Collected data:
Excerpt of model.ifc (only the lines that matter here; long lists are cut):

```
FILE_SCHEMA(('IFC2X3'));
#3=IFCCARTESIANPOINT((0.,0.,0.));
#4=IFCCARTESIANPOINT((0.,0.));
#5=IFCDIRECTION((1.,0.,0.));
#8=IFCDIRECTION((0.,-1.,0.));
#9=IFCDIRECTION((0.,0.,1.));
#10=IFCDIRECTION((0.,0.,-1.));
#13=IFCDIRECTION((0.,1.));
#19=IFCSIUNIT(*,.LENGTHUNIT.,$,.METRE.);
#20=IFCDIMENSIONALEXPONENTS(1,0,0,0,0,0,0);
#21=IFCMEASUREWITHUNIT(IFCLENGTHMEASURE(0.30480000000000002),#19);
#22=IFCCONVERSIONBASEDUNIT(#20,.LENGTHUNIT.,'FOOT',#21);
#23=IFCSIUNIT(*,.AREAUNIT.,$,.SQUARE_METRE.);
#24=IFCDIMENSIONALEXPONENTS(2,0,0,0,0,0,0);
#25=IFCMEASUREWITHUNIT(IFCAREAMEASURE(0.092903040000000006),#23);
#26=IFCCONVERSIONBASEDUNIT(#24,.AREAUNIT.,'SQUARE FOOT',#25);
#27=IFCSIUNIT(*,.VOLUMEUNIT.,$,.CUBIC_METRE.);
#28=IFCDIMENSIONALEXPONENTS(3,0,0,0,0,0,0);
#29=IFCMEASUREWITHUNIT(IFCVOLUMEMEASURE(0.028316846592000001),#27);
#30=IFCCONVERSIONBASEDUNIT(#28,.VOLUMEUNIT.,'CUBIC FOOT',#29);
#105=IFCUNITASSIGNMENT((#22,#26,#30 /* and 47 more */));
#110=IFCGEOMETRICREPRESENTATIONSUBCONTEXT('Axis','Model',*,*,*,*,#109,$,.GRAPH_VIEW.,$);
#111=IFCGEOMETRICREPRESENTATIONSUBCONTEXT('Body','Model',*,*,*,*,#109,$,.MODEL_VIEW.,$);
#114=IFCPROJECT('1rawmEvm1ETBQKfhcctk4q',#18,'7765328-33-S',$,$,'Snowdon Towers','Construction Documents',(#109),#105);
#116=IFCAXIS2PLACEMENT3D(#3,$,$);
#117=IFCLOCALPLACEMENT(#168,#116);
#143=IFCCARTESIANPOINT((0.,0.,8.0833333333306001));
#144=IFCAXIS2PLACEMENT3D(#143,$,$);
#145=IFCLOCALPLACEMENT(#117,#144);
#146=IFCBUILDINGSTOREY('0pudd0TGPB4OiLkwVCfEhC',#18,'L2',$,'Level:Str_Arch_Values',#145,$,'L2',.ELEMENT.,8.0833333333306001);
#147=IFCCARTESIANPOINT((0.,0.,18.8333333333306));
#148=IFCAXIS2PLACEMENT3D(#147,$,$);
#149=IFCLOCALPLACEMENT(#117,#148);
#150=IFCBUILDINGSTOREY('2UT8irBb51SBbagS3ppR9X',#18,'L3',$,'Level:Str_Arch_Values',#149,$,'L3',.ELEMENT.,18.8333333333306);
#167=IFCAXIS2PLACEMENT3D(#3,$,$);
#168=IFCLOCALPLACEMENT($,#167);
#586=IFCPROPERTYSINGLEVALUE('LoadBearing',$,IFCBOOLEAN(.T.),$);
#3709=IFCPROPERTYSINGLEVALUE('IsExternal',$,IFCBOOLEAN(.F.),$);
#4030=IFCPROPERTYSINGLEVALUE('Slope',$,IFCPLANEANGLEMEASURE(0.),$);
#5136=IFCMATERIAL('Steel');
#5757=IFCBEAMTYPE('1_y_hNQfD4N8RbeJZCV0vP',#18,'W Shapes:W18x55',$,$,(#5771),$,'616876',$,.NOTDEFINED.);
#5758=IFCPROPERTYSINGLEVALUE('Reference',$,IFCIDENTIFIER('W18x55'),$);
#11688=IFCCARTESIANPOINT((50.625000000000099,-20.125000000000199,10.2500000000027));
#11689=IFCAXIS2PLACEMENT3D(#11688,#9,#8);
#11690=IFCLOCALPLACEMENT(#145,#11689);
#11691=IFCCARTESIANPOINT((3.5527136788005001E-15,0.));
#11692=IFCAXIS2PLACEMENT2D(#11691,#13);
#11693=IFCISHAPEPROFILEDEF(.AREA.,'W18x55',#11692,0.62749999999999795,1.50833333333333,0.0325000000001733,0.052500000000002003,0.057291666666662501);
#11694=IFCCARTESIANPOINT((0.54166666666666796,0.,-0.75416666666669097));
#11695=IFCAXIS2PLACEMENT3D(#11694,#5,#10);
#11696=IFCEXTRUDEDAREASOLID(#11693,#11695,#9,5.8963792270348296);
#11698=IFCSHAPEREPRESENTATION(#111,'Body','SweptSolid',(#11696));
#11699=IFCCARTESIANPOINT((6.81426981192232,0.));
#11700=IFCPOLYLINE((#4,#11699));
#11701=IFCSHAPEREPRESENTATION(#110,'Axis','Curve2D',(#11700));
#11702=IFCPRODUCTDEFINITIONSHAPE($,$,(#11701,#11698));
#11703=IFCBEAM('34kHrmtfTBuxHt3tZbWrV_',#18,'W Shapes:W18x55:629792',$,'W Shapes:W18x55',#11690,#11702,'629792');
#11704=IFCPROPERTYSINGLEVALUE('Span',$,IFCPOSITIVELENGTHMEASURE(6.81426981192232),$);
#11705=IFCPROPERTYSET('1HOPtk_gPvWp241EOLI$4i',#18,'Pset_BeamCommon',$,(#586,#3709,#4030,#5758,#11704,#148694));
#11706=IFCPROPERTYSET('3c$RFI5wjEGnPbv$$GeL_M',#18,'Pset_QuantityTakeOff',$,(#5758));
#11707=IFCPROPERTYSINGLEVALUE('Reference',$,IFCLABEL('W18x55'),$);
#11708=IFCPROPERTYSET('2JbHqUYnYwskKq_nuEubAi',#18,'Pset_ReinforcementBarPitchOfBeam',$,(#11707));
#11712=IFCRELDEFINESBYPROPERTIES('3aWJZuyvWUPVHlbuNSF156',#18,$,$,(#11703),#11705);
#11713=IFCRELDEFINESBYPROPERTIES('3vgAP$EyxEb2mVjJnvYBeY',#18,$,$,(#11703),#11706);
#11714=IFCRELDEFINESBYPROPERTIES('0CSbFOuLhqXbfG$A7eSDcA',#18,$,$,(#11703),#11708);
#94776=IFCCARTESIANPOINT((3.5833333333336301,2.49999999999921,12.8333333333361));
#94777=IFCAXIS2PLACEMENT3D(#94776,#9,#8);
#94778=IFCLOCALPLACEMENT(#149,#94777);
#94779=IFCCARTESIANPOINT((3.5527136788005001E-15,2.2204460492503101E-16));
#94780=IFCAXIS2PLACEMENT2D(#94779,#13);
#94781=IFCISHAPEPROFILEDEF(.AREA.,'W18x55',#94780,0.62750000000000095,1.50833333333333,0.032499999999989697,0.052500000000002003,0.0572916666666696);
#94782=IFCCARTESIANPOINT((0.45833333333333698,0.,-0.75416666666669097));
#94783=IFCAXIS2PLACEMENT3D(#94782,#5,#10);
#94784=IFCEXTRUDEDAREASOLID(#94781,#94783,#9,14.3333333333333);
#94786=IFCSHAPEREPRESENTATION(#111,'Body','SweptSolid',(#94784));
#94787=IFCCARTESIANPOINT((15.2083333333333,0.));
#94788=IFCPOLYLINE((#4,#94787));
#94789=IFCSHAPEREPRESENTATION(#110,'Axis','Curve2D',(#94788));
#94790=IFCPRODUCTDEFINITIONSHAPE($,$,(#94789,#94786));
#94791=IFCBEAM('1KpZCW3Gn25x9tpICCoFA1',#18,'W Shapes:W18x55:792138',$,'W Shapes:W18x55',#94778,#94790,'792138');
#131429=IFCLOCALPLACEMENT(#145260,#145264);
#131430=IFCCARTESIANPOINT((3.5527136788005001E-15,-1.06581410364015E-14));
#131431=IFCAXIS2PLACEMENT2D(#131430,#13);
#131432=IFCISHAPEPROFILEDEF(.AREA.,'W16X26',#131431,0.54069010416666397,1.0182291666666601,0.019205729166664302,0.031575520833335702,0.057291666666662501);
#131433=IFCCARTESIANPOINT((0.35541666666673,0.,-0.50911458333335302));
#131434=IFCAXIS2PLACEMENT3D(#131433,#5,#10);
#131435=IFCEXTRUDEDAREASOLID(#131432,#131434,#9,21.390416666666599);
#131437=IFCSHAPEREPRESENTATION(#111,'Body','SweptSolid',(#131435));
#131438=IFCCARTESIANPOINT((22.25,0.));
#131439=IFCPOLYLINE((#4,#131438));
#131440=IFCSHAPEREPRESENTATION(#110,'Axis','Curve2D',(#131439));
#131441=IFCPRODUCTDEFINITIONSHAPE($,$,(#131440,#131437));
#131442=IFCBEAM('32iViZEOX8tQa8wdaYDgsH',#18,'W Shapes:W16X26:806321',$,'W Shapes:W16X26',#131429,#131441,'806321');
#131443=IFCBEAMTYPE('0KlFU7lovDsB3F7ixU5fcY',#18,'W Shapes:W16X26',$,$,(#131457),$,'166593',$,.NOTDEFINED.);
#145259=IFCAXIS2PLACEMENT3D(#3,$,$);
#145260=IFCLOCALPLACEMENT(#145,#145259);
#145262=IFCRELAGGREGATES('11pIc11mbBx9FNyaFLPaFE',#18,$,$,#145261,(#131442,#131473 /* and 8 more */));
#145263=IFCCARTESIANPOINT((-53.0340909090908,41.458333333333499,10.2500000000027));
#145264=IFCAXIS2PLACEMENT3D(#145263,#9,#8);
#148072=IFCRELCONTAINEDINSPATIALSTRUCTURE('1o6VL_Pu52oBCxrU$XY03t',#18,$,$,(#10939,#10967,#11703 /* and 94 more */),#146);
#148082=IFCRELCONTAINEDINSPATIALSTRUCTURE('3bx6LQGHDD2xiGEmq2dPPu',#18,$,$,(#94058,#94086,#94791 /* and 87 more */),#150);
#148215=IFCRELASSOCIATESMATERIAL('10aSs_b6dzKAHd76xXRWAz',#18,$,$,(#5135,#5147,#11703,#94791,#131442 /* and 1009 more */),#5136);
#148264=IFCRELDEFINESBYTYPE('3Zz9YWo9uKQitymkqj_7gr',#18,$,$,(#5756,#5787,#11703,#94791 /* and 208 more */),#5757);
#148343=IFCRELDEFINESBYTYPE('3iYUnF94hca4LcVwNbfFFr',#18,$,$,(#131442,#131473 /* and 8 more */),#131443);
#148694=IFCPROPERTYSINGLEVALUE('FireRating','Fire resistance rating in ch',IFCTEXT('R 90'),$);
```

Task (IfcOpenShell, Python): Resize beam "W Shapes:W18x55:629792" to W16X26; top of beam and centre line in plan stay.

```python
import ifcopenshell
import ifcopenshell.api.pset
import ifcopenshell.api.type
import ifcopenshell.util.element
import ifcopenshell.util.representation

model = ifcopenshell.open("model.ifc")

member = model.by_guid("34kHrmtfTBuxHt3tZbWrV_")
source = next(p for p in model.by_type("IfcIShapeProfileDef") if p.ProfileName == "W16X26")

body = ifcopenshell.util.representation.get_representation(member, "Model", "Body")
solid = body.Items[0]
old_profile = solid.SweptArea

# Copy the section's sizes but keep this member's own profile position.
profile = ifcopenshell.util.element.copy(model, source)
# Profiles are centred, so shift by half the change in depth to hold the top.
shift = (old_profile.OverallDepth - profile.OverallDepth) / 2
x, y = old_profile.Position.Location.Coordinates
up = (-1.0, 0.0)  # upwards, in the solid's own plane
location = model.createIfcCartesianPoint((x + up[0] * shift, y + up[1] * shift))
profile.Position = model.createIfcAxis2Placement2D(location, old_profile.Position.RefDirection)
solid.SweptArea = profile
if not model.get_total_inverses(old_profile):
    ifcopenshell.util.element.remove_deep2(model, old_profile)

new_type = model.by_guid("0KlFU7lovDsB3F7ixU5fcY")
ifcopenshell.api.type.assign_type(
    model, related_objects=[member], relating_type=new_type, should_map_representations=False
)
member.Name = member.Name.replace("W18x55", "W16X26")
member.ObjectType = "W Shapes:W16X26"
pset = model.by_id(ifcopenshell.util.element.get_pset(member, "Pset_BeamCommon", should_inherit=False)["id"])
ifcopenshell.api.pset.edit_pset(model, pset=pset, properties={"Reference": "W16X26"})
pset = model.by_id(ifcopenshell.util.element.get_pset(member, "Pset_QuantityTakeOff", should_inherit=False)["id"])
ifcopenshell.api.pset.edit_pset(model, pset=pset, properties={"Reference": "W16X26"})
pset = model.by_id(ifcopenshell.util.element.get_pset(member, "Pset_ReinforcementBarPitchOfBeam", should_inherit=False)["id"])
ifcopenshell.api.pset.edit_pset(model, pset=pset, properties={"Reference": "W16X26"})

print(solid.SweptArea)

model.write("model_rev.ifc")
```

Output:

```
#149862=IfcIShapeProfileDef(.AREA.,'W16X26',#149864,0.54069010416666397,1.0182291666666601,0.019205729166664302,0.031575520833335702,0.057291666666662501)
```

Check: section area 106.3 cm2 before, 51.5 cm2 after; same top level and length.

ACTIVITY -
Looking at the records above, tally the lines holding "IFCRELDEFINESBYPROPERTIES" and reply with that number only.

RESPONSE TO THE TASK -
3